**PROBLEM TO SOLVE**
If a line in the records below contains the word "level", return that line.

[Stored data]
# # # # #

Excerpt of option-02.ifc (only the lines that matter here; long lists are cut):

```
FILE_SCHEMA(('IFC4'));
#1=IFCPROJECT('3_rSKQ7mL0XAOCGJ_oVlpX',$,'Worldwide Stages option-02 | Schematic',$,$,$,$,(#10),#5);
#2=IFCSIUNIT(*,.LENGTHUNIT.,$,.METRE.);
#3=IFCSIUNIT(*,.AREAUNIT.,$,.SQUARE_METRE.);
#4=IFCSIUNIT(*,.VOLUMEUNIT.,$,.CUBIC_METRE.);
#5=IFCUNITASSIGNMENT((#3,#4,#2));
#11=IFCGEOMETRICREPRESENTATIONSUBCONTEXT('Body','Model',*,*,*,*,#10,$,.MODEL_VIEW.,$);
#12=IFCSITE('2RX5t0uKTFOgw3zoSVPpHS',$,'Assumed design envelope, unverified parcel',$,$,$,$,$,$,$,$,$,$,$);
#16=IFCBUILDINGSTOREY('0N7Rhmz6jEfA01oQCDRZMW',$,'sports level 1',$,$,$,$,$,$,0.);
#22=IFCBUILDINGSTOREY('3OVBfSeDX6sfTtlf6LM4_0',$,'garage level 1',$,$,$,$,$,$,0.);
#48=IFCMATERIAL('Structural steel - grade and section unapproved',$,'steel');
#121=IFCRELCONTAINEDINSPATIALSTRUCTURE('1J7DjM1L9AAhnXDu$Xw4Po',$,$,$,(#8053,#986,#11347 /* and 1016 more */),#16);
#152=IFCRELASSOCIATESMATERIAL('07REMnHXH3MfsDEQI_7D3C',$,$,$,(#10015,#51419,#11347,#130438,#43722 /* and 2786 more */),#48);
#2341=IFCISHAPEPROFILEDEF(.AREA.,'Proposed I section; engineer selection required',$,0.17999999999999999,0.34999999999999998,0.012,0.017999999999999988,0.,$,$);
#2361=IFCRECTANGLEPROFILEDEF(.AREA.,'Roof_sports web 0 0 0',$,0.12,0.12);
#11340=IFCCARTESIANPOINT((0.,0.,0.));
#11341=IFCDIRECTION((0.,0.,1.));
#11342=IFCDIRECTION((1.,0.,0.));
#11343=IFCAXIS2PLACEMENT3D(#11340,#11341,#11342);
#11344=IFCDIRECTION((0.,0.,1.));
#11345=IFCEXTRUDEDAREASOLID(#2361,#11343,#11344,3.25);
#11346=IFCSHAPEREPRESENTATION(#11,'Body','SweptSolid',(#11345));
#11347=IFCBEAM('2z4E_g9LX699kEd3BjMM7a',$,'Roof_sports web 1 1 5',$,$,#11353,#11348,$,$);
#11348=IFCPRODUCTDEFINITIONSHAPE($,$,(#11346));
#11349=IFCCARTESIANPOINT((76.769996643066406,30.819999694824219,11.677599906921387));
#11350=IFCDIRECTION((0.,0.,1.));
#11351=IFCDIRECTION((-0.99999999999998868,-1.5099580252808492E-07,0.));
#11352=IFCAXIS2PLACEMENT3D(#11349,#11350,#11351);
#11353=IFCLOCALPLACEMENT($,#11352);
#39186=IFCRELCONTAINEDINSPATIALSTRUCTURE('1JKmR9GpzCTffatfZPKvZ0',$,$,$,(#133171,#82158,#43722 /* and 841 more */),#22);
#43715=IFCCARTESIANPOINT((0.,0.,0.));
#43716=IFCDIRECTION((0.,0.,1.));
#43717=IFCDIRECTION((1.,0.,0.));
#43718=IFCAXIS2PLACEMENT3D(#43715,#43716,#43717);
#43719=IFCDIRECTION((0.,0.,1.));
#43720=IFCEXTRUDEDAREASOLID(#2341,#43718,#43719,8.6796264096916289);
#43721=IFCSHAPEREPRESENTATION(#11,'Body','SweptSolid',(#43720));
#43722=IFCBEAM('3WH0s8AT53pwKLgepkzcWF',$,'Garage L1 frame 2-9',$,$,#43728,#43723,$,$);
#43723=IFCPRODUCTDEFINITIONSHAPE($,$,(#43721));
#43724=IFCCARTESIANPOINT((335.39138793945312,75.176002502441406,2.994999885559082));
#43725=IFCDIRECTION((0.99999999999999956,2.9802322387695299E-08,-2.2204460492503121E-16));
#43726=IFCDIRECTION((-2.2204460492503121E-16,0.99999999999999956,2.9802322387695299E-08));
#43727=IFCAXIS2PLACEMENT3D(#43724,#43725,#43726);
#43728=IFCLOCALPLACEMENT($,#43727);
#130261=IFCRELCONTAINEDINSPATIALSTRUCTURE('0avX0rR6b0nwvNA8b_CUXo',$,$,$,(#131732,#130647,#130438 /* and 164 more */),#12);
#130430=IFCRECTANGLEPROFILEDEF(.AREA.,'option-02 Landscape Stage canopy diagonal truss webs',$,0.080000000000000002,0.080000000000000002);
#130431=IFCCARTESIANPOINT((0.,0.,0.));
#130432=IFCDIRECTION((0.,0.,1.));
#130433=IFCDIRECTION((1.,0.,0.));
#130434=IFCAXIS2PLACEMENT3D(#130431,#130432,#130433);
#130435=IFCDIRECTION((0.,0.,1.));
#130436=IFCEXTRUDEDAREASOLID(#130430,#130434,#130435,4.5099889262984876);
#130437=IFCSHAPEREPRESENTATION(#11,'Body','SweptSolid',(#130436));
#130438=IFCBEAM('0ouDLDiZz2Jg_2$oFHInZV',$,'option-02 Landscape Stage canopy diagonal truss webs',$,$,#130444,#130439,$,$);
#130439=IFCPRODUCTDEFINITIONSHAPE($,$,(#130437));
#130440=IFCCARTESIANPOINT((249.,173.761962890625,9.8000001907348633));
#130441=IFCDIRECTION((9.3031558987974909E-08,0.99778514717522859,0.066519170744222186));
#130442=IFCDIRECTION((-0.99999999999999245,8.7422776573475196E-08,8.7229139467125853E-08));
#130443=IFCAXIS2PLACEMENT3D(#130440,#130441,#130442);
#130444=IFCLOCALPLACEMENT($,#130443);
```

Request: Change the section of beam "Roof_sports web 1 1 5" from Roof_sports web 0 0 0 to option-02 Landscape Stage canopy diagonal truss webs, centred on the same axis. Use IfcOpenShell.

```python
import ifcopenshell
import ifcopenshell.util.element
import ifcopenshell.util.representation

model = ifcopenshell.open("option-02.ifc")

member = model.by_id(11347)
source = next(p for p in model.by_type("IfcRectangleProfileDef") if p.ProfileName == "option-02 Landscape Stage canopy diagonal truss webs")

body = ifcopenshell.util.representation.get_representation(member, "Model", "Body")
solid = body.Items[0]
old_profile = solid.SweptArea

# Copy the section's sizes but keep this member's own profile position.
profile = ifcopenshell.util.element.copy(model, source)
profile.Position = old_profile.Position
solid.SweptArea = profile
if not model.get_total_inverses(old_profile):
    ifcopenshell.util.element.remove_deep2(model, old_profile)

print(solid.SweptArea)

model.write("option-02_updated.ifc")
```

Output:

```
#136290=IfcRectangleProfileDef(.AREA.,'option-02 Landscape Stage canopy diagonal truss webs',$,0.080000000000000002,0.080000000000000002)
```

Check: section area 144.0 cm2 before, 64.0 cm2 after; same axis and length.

# # # # #

**ANSWER BOX**
#16=IFCBUILDINGSTOREY('0N7Rhmz6jEfA01oQCDRZMW',$,'sports level 1',$,$,$,$,$,$,0.);
#22=IFCBUILDINGSTOREY('3OVBfSeDX6sfTtlf6LM4_0',$,'garage level 1',$,$,$,$,$,$,0.);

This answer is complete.